問題描述

請向我解釋為什么下面的代碼能夠完美運行.我很困惑.

Please explain to me why the following piece of code complies and works perfectly. I am very confused.

#include<iostream>
template<class A = int, class B=double>
class Base
{};

template<class B>
class Base <int, B>
{
public:
  Base()
  {
     std::cout<<"it works!!!!!
";
  }
};

int main()
{
  Base<> base; // it prints "it works!!!!!"
  return 0;
}

不應該屬于模板類Base的泛化形式嗎?

Shouldn't it fall into the generalized form of the template class Base?

推薦答案

默認參數適用于特化——事實上，特化必須接受(可以這么說)基模板的默認參數.嘗試在專業化中指定默認值:

The default argument applies to the specialization -- and, in fact, a specialization must accept (so to speak) the base template's default argument(s). Attempting to specify a default in the specialization:

template<class A = int, class B=double>
class Base
{};

template<class B=char>
// ...

...是一個錯誤.

同樣，如果我們改變特化，使它的特化是針對一個類型other而不是基礎模板提供的默認值:

Likewise, if we change the specialization so that its specialization is for a type other than the default provided by the base template:

template<class A = int, class B=double>
class Base
{};

template<class B>
class Base <char, B>

...然后將選擇基本模板.

...then the base template will be chosen.

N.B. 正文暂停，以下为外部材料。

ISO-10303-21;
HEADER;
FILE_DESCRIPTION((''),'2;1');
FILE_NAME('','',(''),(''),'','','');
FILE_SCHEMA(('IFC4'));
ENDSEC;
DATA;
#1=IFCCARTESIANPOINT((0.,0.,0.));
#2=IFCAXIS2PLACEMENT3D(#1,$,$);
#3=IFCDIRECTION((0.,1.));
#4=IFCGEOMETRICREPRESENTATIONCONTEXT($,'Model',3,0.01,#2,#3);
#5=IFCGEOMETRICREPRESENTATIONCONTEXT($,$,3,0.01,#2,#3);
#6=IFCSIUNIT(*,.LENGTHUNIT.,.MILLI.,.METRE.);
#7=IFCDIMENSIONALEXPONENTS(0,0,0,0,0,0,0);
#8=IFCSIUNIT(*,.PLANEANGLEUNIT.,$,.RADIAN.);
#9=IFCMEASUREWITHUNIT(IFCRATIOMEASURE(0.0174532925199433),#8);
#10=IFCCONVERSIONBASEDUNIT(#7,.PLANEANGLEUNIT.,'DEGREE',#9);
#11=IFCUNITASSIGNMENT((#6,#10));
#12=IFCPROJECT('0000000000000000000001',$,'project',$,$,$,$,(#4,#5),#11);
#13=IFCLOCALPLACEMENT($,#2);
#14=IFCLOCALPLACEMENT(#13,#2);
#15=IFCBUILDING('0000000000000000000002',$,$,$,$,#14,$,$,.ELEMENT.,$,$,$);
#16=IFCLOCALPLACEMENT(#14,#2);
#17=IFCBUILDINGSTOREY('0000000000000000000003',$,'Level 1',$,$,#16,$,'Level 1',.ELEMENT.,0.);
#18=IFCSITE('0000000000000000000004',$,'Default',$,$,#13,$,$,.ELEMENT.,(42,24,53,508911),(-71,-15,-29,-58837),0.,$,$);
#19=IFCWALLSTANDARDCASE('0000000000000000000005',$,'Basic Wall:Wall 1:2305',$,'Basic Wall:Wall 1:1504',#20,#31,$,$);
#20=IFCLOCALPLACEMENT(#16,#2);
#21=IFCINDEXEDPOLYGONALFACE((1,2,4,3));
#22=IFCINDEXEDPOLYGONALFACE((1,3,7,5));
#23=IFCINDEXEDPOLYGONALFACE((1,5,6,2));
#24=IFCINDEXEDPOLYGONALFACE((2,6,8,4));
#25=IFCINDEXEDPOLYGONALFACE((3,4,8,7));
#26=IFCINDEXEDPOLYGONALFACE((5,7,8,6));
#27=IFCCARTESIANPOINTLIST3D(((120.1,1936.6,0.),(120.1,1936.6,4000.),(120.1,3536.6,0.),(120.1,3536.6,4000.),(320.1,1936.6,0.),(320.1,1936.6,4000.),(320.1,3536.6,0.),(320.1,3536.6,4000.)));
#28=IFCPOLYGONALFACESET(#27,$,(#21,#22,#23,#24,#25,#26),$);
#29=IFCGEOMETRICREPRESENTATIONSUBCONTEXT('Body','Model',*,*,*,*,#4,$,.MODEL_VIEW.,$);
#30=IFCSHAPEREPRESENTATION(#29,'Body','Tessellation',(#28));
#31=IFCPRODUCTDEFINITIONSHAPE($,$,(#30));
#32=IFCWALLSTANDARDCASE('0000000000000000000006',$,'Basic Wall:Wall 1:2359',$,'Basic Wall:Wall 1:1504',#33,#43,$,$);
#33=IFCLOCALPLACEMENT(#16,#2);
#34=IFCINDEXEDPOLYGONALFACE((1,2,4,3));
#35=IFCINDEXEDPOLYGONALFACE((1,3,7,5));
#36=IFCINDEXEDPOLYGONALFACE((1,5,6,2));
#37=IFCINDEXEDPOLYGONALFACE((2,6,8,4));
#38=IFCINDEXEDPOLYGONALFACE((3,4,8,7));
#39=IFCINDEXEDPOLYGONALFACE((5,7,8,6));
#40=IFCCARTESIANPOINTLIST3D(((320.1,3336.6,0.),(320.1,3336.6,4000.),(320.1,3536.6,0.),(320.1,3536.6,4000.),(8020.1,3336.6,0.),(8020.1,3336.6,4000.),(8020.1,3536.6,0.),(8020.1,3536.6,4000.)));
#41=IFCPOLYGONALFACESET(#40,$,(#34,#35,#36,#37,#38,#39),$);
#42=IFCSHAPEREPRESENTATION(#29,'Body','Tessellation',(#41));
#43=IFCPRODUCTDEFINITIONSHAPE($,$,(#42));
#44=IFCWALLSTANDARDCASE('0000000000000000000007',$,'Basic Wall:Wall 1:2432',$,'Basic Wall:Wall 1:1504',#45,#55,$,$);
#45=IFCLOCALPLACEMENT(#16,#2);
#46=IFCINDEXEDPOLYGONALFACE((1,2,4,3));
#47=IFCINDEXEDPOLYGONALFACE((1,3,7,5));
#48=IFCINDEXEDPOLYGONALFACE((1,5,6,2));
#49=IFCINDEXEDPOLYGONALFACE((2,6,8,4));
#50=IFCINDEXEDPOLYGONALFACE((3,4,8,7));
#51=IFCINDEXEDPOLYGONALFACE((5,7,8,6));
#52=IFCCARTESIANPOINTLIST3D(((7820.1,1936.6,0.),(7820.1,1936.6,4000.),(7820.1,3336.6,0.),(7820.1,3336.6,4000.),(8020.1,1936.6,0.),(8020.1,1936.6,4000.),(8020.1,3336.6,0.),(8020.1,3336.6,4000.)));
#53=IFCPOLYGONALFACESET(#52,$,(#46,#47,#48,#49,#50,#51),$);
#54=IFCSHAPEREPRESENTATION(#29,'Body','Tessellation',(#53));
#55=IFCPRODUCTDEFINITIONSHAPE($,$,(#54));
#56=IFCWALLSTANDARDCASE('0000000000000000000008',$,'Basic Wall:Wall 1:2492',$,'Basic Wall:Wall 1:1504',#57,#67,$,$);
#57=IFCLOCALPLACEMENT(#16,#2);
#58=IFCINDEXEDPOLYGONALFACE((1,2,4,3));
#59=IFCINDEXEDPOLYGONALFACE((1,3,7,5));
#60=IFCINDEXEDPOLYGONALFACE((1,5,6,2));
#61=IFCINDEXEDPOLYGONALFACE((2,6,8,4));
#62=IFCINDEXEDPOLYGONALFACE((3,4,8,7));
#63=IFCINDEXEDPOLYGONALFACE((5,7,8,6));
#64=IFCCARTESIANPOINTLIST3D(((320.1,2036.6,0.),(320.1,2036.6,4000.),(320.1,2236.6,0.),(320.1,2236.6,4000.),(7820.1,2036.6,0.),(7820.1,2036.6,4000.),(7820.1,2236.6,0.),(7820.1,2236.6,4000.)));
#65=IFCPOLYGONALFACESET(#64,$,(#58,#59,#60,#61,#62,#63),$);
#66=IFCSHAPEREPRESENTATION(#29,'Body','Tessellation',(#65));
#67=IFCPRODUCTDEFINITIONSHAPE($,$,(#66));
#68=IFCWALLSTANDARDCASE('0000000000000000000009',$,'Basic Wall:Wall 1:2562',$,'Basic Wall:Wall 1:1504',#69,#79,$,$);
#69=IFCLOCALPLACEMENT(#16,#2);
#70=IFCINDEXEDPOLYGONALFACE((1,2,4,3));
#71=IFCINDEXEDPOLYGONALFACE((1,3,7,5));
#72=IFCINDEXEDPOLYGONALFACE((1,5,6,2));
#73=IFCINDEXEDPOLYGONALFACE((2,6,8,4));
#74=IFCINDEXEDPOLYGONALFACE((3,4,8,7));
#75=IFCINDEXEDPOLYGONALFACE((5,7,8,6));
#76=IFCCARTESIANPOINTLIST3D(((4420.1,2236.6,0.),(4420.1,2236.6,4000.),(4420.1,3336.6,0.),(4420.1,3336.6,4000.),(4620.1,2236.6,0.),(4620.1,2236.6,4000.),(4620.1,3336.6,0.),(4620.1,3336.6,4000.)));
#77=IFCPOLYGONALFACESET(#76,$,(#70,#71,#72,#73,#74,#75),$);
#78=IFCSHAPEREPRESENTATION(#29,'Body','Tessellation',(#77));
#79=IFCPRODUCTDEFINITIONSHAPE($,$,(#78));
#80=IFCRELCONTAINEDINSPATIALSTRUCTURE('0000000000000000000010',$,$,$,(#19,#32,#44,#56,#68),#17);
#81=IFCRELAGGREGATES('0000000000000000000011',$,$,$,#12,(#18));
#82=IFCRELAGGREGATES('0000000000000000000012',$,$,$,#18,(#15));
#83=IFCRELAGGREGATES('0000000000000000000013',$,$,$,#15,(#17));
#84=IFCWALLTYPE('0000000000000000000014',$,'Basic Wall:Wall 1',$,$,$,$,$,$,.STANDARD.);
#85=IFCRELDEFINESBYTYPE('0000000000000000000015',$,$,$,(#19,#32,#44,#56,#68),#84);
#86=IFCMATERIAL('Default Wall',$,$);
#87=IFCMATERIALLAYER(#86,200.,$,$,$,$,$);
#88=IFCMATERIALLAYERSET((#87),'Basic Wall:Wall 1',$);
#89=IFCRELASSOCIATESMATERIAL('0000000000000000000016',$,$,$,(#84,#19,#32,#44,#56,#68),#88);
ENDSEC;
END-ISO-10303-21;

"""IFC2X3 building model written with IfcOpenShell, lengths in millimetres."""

from ifc_helpers import new_model, entity, si_unit, converted_unit, direction, frame, frame_2d, origin, place, context, subcontext, project, spatial, rectangle, extrude, material, layer, layer_set, layer_usage, type_object, element, save


model = new_model("IFC2X3")

# Units and contexts
model_context = context("Model", 3, precision=0.01, world=origin(), true_north=direction((0.0, 1.0)))
context_of_model = context(None, 3, precision=0.01, world=origin(), true_north=direction((0.0, 1.0)))
body_context = subcontext(model_context, "Body", "Model", "MODEL_VIEW")
ifc_project = project(units=[si_unit("LENGTHUNIT", "METRE", prefix="MILLI"), converted_unit("PLANEANGLEUNIT", "DEGREE", entity("IfcRatioMeasure", 0.0174532925199433), si_unit("PLANEANGLEUNIT", "RADIAN"), dimensions=[0, 0, 0, 0, 0, 0, 0])], contexts=[model_context, context_of_model])

# Site, building, storey
site_placement = place(None, origin())
site = spatial("IfcSite", under=ifc_project, at=site_placement, Name="Default", CompositionType="ELEMENT", RefLatitude=(42, 24, 53, 508911), RefLongitude=(-71, -15, -29, -58837), RefElevation=0.0)
building_placement = place(site_placement, origin())
building = spatial("IfcBuilding", under=site, at=building_placement, CompositionType="ELEMENT")
storey_placement = place(building_placement, origin())
storey = spatial("IfcBuildingStorey", under=building, at=storey_placement, Name="Level 1", LongName="Level 1", CompositionType="ELEMENT", Elevation=0.0)

# Walls
ifc_material = material(Name="Default Wall")
ifc_layer = layer(ifc_material, 200.0)
ifc_layer_set = layer_set([ifc_layer], Name="Basic Wall:Wall 1")
ifc_layer_usage_1 = layer_usage(ifc_layer_set, "AXIS2", "NEGATIVE", 100.0)
wall_type = type_object("IfcWallType", Name="Basic Wall:Wall 1", PredefinedType="STANDARD", material=ifc_layer_set)
wall_1_placement = place(storey_placement, frame((220.1, 1936.6, 0.0), z_axis=(0.0, 0.0, 1.0), x_axis=(0.0, 1.0, 0.0)))
element("IfcWallStandardCase", 1, at=wall_1_placement, inside=storey, type_object=wall_type, material=ifc_layer_usage_1, Name="Basic Wall:Wall 1:2305", ObjectType="Basic Wall:Wall 1:1504", context=body_context, shape_type="SweptSolid", body=[
    extrude(rectangle(XDim=1600.0, YDim=200.0, at=frame_2d((800.0, 0.0), x_axis=(-1.0, 0.0))), origin(), (0.0, 0.0, 1.0), 4000.0),
])
ifc_layer_usage_2 = layer_usage(ifc_layer_set, "AXIS2", "NEGATIVE", 100.0)
wall_2_placement = place(storey_placement, frame((320.1, 3436.6, 0.0)))
element("IfcWallStandardCase", 2, at=wall_2_placement, inside=storey, type_object=wall_type, material=ifc_layer_usage_2, Name="Basic Wall:Wall 1:2359", ObjectType="Basic Wall:Wall 1:1504", context=body_context, shape_type="SweptSolid", body=[
    extrude(rectangle(XDim=7700.0, YDim=200.0, at=frame_2d((3850.0, 0.0), x_axis=(-1.0, 0.0))), origin(), (0.0, 0.0, 1.0), 4000.0),
])
ifc_layer_usage_3 = layer_usage(ifc_layer_set, "AXIS2", "NEGATIVE", 100.0)
wall_3_placement = place(storey_placement, frame((7920.1, 3336.6, 0.0), z_axis=(0.0, 0.0, 1.0), x_axis=(0.0, -1.0, 0.0)))
element("IfcWallStandardCase", 3, at=wall_3_placement, inside=storey, type_object=wall_type, material=ifc_layer_usage_3, Name="Basic Wall:Wall 1:2432", ObjectType="Basic Wall:Wall 1:1504", context=body_context, shape_type="SweptSolid", body=[
    extrude(rectangle(XDim=1400.0, YDim=200.0, at=frame_2d((700.0, 0.0), x_axis=(-1.0, 0.0))), origin(), (0.0, 0.0, 1.0), 4000.0),
])
ifc_layer_usage_4 = layer_usage(ifc_layer_set, "AXIS2", "NEGATIVE", 100.0)
wall_4_placement = place(storey_placement, frame((7820.1, 2136.6, 0.0), z_axis=(0.0, 0.0, 1.0), x_axis=(-1.0, 0.0, 0.0)))
element("IfcWallStandardCase", 4, at=wall_4_placement, inside=storey, type_object=wall_type, material=ifc_layer_usage_4, Name="Basic Wall:Wall 1:2492", ObjectType="Basic Wall:Wall 1:1504", context=body_context, shape_type="SweptSolid", body=[
    extrude(rectangle(XDim=7500.0, YDim=200.0, at=frame_2d((3750.0, 0.0), x_axis=(-1.0, 0.0))), origin(), (0.0, 0.0, 1.0), 4000.0),
])
ifc_layer_usage_5 = layer_usage(ifc_layer_set, "AXIS2", "NEGATIVE", 100.0)
wall_5_placement = place(storey_placement, frame((4520.1, 2236.6, 0.0), z_axis=(0.0, 0.0, 1.0), x_axis=(0.0, 1.0, 0.0)))
element("IfcWallStandardCase", 5, at=wall_5_placement, inside=storey, type_object=wall_type, material=ifc_layer_usage_5, Name="Basic Wall:Wall 1:2562", ObjectType="Basic Wall:Wall 1:1504", context=body_context, shape_type="SweptSolid", body=[
    extrude(rectangle(XDim=1100.0, YDim=200.0, at=frame_2d((550.0, 0.0), x_axis=(-1.0, 0.0))), origin(), (0.0, 0.0, 1.0), 4000.0),
])

save(model, "model.ifc")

所以，發生的事情是:首先選擇模板參數的類型.在這種情況下(在實例化時沒有指定類型)，兩種類型都基于基本模板中指定的默認模板參數.

So, what's happening is this: first the types for the template arguments are chosen. In this case (no type specified at instantiation), both types are based on the default template arguments specified in the base template.

然后(作為一個基本上獨立的步驟)它對適合這些參數類型的所有模板執行重載決議的模擬.與通常的重載解析一樣，顯式指定的類型優先于隱式指定的類型，因此您的專業化(顯式指定 int)優先于基本模板(指定 int代碼> 隱式).

Then (as a basically separate step) it carries out an analog of overload resolution on all templates that fit those argument types. As usual for overload resolution, a type that's specified explicitly is preferred over one that's specified implicitly, so your specialization (which specified int explicitly) is preferred over the base template (which specified int implicitly).

這篇關于默認模板參數偏特化的文章就介紹到這了，希望我們推薦的答案對大家有所幫助，也希望大家多多支持html5模板網！